Task goal — Please go through the records below and return every line holding the word "IFCSIUNIT".

[Stored data entries]
•••

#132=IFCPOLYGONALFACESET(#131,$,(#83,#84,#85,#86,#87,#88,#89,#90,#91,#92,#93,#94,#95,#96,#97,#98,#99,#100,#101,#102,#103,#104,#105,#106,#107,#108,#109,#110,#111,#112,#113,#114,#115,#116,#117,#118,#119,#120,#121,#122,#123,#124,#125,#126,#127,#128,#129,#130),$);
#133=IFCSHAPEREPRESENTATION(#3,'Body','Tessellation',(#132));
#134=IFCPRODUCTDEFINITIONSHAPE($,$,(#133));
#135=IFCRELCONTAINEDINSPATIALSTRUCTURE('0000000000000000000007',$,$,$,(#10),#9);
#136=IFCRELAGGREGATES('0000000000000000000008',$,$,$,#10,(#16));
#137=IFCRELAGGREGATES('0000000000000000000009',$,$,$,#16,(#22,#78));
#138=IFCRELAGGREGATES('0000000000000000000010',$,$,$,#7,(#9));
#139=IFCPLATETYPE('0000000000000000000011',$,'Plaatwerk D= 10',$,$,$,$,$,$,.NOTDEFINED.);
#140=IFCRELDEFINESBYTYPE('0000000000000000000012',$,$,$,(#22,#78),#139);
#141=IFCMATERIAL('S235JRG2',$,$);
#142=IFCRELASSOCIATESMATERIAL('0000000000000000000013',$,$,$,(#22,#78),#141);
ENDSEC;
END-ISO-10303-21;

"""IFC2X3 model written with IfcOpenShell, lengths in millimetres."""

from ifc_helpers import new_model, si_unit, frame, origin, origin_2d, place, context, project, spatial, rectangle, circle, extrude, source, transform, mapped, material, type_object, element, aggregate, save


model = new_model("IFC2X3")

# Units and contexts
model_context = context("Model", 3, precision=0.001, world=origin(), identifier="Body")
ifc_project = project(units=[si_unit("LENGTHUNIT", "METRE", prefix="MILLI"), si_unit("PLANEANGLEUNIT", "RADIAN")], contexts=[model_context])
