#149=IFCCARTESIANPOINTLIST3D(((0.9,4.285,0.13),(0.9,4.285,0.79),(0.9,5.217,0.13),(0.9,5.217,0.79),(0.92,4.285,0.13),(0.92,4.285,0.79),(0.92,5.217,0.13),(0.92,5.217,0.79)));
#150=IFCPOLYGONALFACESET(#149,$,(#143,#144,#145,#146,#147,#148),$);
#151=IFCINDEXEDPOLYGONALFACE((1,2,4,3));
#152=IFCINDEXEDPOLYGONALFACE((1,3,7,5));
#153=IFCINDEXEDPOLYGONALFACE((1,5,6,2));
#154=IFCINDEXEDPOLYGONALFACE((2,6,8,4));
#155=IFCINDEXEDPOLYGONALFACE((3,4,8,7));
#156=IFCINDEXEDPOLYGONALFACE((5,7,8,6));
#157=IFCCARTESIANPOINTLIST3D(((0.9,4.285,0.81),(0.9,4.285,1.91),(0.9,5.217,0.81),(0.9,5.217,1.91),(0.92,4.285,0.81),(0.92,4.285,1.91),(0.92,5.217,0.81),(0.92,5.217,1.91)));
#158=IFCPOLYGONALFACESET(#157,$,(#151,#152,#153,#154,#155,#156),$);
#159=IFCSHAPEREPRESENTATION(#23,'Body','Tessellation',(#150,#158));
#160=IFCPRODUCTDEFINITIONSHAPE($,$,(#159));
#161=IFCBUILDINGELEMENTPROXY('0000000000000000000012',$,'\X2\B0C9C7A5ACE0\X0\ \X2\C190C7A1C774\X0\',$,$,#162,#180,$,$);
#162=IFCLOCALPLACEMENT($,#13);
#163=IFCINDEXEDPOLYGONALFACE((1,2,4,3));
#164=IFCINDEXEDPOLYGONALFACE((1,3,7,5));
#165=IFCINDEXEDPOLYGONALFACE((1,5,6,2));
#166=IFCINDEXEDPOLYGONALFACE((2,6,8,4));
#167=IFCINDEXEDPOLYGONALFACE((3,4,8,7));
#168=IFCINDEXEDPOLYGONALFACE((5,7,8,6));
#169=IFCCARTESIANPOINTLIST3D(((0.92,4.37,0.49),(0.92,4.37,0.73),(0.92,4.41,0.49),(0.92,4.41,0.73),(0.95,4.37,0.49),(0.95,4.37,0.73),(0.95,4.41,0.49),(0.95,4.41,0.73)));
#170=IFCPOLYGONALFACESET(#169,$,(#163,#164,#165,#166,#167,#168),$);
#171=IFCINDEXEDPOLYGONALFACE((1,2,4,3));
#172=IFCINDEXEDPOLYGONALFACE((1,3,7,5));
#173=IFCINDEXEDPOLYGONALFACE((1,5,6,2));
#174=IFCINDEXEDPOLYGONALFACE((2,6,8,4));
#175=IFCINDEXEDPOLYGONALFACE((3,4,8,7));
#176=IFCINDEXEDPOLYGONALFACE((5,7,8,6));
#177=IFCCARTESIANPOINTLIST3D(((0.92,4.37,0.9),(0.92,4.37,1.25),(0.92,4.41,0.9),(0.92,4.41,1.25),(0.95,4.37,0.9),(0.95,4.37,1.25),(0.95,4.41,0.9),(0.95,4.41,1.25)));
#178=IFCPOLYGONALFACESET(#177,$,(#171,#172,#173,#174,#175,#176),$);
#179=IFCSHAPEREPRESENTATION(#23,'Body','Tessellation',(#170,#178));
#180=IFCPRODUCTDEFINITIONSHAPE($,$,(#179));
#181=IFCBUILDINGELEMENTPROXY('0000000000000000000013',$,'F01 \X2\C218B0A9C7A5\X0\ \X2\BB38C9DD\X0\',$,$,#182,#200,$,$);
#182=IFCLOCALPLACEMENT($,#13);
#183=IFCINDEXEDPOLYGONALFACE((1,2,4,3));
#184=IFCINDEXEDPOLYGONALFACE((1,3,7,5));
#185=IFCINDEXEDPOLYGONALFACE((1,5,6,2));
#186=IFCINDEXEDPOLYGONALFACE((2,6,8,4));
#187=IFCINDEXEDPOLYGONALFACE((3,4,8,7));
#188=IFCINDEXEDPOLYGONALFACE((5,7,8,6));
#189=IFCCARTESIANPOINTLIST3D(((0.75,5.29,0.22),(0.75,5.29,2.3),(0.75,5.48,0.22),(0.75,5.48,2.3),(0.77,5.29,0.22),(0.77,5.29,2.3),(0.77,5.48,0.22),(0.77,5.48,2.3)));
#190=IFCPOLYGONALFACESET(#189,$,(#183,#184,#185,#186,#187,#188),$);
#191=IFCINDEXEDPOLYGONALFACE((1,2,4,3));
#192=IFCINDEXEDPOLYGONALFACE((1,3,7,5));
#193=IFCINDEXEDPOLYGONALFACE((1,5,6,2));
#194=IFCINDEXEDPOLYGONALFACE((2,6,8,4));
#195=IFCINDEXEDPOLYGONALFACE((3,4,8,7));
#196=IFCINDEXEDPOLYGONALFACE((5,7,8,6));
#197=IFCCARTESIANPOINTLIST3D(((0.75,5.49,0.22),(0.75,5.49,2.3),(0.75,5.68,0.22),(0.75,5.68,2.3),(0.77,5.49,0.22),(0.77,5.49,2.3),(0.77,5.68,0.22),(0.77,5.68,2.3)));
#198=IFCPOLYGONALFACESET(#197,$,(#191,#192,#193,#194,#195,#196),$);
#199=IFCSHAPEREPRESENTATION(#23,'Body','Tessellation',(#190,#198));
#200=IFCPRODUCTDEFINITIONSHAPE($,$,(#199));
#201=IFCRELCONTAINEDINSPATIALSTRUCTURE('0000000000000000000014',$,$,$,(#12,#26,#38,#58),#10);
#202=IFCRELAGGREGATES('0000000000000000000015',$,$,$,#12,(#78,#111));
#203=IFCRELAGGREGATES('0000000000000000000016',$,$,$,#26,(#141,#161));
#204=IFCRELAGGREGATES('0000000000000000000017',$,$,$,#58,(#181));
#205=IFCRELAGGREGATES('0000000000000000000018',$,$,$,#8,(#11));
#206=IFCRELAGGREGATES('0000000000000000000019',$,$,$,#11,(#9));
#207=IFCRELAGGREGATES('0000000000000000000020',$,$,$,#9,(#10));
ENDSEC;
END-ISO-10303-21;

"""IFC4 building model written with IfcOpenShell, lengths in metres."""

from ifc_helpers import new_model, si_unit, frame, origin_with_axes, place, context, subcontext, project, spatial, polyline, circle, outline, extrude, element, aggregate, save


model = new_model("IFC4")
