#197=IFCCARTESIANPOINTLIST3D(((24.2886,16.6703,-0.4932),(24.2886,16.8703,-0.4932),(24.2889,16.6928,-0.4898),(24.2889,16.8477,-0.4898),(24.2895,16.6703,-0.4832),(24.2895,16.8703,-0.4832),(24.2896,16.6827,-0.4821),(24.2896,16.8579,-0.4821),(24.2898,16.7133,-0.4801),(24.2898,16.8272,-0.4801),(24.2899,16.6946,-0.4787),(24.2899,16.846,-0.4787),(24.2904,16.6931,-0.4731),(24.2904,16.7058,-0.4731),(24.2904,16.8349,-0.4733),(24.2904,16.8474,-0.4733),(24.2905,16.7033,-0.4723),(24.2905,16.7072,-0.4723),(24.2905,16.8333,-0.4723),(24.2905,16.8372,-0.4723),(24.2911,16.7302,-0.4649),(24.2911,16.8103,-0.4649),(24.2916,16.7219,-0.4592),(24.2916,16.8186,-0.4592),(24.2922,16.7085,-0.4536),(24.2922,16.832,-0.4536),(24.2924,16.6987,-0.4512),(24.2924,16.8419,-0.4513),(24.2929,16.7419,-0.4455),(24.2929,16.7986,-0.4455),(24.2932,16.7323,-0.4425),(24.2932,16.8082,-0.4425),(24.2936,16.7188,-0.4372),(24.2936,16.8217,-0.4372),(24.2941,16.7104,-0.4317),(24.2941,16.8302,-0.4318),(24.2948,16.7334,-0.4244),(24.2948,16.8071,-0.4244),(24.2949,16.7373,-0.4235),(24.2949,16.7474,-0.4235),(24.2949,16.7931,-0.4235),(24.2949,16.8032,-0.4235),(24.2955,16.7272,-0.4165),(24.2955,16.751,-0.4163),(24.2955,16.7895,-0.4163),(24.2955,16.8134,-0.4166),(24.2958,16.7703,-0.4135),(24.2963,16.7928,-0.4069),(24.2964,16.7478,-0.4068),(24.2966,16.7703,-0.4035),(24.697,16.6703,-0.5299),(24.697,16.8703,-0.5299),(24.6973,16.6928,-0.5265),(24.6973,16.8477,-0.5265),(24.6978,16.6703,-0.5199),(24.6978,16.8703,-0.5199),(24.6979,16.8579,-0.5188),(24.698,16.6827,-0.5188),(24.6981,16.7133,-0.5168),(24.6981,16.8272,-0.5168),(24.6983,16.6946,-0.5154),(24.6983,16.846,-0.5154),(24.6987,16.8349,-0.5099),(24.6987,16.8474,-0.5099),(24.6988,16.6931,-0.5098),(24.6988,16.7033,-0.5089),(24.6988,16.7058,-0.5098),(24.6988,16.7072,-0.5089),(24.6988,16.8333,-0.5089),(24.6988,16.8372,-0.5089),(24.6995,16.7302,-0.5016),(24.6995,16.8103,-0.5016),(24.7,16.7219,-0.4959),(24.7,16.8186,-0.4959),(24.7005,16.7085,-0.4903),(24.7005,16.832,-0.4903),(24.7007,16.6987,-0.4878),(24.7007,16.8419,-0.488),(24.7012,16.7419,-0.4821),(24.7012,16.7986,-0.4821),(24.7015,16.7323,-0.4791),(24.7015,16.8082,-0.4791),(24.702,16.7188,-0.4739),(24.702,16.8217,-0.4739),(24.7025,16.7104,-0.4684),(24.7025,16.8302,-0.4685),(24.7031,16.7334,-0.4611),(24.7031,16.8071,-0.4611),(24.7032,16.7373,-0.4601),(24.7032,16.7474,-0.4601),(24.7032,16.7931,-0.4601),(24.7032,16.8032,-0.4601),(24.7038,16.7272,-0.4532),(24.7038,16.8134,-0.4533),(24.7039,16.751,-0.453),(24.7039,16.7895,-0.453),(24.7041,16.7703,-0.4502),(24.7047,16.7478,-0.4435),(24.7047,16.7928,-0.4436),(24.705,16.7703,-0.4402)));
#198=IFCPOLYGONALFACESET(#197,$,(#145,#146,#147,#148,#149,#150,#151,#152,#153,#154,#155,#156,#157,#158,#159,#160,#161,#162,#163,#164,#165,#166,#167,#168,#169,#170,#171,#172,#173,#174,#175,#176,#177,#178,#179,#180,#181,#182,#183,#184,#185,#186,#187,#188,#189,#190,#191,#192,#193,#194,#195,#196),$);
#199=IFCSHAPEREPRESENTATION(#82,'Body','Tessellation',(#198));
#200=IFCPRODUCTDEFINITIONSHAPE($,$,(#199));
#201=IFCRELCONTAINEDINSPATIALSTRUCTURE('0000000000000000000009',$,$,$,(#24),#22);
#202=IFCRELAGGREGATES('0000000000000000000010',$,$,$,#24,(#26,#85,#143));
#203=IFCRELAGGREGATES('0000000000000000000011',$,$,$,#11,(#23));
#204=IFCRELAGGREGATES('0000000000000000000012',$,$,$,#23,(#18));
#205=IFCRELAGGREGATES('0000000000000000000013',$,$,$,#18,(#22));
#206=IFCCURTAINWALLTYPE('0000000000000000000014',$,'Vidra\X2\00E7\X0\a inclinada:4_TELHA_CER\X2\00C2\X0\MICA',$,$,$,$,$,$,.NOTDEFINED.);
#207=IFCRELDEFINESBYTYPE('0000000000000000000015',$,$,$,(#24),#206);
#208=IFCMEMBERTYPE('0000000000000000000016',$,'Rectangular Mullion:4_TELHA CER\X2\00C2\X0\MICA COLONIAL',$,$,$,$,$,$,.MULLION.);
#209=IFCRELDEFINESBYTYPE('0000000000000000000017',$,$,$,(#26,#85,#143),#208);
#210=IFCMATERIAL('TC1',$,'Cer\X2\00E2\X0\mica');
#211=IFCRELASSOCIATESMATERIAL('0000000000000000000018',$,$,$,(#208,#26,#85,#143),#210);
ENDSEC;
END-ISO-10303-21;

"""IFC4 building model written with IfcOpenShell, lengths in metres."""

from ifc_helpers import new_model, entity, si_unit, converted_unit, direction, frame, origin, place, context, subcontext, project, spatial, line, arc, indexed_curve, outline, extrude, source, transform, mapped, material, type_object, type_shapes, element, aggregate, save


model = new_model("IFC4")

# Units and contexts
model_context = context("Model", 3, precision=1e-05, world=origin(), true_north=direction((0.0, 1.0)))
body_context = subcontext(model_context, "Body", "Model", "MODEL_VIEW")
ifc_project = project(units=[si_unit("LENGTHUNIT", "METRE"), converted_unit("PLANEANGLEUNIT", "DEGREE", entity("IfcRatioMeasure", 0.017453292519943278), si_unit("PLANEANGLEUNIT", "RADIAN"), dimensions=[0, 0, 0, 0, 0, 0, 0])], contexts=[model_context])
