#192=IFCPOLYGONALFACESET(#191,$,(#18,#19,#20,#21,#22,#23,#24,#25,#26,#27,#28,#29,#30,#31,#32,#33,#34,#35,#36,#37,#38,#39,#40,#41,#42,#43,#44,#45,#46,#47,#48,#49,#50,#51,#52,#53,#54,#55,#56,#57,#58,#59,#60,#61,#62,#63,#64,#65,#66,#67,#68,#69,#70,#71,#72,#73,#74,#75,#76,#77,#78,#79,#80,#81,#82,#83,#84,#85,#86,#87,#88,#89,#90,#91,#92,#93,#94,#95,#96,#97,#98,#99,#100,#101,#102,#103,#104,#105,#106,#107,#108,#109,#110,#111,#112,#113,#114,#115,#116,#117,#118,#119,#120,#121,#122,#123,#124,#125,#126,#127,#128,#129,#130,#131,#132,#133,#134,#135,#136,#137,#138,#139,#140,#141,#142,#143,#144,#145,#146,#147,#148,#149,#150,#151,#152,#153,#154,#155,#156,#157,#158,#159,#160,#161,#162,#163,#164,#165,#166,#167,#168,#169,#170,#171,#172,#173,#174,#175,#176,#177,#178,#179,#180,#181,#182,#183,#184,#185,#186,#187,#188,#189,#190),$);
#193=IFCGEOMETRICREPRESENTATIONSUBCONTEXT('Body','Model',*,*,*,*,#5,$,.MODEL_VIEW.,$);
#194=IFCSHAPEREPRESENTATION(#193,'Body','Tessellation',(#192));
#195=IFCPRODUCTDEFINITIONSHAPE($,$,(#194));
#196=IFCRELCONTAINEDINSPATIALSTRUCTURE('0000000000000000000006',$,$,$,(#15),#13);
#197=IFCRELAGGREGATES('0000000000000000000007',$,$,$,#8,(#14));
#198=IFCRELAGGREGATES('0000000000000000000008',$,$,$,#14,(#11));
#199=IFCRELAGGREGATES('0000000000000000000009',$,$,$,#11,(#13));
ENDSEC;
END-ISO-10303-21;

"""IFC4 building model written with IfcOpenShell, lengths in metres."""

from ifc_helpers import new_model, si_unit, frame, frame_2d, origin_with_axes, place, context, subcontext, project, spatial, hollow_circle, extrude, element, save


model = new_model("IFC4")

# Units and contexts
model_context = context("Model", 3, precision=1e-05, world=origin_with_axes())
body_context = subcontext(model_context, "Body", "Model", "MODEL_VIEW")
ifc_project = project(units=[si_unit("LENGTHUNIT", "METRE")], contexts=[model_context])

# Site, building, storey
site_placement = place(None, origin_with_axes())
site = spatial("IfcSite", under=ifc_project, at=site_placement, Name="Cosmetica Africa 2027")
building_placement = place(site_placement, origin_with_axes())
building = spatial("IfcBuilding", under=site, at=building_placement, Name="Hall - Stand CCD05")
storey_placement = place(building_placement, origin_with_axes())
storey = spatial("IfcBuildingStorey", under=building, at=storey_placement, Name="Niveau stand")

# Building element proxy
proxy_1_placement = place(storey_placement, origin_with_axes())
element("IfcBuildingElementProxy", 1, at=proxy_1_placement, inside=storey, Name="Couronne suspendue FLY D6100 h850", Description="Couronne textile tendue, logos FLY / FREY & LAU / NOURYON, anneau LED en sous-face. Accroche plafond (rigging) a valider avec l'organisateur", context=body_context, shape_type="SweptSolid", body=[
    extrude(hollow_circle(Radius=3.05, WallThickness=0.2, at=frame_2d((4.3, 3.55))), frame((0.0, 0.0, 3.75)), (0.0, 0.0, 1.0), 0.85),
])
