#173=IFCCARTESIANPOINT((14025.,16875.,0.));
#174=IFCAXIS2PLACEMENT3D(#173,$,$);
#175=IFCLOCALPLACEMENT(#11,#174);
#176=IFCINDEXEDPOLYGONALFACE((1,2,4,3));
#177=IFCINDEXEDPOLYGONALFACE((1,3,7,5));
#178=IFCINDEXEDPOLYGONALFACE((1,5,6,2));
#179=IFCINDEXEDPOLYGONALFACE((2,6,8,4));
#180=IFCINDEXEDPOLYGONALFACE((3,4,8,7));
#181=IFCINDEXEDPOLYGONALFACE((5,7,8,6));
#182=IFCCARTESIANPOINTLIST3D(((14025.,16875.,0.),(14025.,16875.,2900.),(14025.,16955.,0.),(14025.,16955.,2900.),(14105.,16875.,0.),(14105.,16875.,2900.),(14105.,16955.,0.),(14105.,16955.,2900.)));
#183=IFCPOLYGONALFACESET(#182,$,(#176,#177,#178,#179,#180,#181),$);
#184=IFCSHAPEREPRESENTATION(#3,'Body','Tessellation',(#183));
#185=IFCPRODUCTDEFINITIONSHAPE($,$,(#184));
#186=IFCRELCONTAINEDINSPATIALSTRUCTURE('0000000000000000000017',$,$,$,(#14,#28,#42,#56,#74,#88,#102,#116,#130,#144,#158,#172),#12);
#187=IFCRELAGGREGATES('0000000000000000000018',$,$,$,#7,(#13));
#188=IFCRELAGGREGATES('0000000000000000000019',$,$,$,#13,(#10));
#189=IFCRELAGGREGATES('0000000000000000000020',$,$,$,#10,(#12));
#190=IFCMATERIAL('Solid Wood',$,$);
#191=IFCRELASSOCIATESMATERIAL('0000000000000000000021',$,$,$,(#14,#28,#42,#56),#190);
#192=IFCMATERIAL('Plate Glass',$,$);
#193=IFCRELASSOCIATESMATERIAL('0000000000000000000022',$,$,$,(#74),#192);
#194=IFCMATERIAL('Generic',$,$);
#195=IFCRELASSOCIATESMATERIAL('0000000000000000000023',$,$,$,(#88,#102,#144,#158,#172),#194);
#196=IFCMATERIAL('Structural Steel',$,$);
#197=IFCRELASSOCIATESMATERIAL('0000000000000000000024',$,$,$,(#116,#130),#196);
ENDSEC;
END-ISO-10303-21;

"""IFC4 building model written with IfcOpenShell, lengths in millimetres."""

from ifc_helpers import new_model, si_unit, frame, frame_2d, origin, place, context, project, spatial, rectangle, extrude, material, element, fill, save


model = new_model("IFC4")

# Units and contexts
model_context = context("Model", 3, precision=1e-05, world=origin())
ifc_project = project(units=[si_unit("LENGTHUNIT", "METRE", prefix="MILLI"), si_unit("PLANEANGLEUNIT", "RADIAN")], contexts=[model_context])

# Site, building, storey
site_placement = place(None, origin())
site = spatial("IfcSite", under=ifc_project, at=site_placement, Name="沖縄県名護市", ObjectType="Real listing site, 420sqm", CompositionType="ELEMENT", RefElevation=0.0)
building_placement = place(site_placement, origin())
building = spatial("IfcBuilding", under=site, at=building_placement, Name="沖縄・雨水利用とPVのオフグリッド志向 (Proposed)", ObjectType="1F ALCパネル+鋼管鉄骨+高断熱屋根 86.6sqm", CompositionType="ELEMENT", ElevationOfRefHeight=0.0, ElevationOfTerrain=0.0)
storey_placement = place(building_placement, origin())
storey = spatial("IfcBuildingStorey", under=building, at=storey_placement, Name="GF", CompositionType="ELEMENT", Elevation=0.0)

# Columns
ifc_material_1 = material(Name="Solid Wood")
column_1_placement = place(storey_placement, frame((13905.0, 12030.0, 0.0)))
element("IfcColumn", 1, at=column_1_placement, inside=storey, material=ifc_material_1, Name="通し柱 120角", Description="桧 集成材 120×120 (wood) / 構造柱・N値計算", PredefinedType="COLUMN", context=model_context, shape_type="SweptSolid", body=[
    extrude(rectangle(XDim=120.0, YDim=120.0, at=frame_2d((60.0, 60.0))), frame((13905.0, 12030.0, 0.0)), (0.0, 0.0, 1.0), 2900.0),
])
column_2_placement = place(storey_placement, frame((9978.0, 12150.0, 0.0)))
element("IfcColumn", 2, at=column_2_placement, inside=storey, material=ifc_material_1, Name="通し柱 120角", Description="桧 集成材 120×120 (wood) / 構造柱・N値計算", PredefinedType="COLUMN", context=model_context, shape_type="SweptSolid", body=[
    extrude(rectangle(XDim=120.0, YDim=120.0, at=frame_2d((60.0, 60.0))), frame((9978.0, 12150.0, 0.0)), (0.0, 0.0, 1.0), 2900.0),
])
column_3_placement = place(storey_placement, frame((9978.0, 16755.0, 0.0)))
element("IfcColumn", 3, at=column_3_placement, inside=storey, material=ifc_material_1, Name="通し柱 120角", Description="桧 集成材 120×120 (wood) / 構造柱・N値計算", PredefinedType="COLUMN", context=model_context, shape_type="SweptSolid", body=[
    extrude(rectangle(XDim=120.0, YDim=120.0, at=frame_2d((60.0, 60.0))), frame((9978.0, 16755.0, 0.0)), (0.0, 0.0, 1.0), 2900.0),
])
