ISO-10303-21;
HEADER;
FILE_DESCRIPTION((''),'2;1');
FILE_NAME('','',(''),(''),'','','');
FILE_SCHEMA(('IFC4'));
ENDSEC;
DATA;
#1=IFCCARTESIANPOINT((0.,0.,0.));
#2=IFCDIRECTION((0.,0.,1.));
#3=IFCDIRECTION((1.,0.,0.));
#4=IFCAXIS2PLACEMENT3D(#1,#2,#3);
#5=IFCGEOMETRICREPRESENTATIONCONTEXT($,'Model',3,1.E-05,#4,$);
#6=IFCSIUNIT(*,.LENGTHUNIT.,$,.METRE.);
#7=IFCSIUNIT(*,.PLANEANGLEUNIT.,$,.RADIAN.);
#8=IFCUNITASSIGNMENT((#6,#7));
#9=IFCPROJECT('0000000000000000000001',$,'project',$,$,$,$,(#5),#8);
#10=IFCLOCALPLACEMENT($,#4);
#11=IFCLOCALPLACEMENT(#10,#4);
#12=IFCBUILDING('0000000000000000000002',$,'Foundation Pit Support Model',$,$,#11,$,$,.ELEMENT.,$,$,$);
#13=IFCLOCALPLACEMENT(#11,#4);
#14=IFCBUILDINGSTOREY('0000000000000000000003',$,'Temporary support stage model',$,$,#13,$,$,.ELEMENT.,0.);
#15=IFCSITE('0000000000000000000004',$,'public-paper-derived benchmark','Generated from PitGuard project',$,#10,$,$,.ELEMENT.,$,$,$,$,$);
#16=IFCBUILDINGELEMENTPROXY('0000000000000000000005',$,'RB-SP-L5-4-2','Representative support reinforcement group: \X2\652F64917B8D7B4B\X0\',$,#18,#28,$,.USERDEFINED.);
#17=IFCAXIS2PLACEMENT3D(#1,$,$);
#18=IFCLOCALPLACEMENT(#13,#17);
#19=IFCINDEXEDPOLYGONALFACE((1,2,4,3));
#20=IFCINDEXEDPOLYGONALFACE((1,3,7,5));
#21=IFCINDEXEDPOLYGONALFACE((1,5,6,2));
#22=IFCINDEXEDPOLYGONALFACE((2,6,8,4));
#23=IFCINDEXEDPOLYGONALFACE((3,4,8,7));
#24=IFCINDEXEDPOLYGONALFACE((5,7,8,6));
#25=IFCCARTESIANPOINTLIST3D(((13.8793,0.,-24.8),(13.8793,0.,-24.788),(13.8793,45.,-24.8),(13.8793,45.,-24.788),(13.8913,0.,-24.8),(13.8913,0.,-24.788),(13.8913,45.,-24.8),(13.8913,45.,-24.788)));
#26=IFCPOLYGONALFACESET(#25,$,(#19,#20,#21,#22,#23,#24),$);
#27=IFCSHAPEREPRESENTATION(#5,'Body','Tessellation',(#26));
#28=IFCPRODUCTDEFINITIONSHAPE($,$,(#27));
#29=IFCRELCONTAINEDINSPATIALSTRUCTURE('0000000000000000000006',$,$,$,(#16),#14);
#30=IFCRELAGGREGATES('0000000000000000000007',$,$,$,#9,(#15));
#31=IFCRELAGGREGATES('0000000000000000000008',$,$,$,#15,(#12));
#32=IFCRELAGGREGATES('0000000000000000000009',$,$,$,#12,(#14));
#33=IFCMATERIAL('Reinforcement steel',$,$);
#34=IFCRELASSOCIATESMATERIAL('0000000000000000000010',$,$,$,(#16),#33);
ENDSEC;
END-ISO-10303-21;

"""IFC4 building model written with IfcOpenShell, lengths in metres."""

from ifc_helpers import new_model, si_unit, frame, origin_with_axes, origin_2d, place, context, project, spatial, rectangle, extrude, material, element, save


model = new_model("IFC4")

# Units and contexts
model_context = context("Model", 3, precision=1e-05, world=origin_with_axes())
ifc_project = project(units=[si_unit("LENGTHUNIT", "METRE"), si_unit("PLANEANGLEUNIT", "RADIAN")], contexts=[model_context])

# Site, building, storey
site_placement = place(None, origin_with_axes())
site = spatial("IfcSite", under=ifc_project, at=site_placement, Name="public-paper-derived benchmark", Description="Generated from PitGuard project", CompositionType="ELEMENT")
building_placement = place(site_placement, origin_with_axes())
building = spatial("IfcBuilding", under=site, at=building_placement, Name="Foundation Pit Support Model", CompositionType="ELEMENT")
storey_placement = place(building_placement, origin_with_axes())
storey = spatial("IfcBuildingStorey", under=building, at=storey_placement, Name="Temporary support stage model", CompositionType="ELEMENT", Elevation=0.0)

# Building element proxy
ifc_material_1 = material(Name="Reinforcement steel")
for number, where, z_axis, x_axis, name in (
    (1, (13.8853, 22.5, -24.8), (0.0, 0.0, 1.0), (0.0, 1.0, 0.0), "RB-SP-L5-4-2"),
):
    element("IfcBuildingElementProxy", number, at=place(storey_placement, frame(where, z_axis=z_axis, x_axis=x_axis)), inside=storey, material=ifc_material_1, Name=name, Description="Representative support reinforcement group: 支撑箍筋", PredefinedType="USERDEFINED", context=model_context, shape_type="SweptSolid", body=[
        extrude(rectangle(XDim=45.0, YDim=0.012, at=origin_2d()), origin_with_axes(), (0.0, 0.0, 1.0), 0.012),
    ])

save(model, "model.ifc")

•••

Completed exercise —
#6=IFCSIUNIT(*,.LENGTHUNIT.,$,.METRE.);
#7=IFCSIUNIT(*,.PLANEANGLEUNIT.,$,.RADIAN.);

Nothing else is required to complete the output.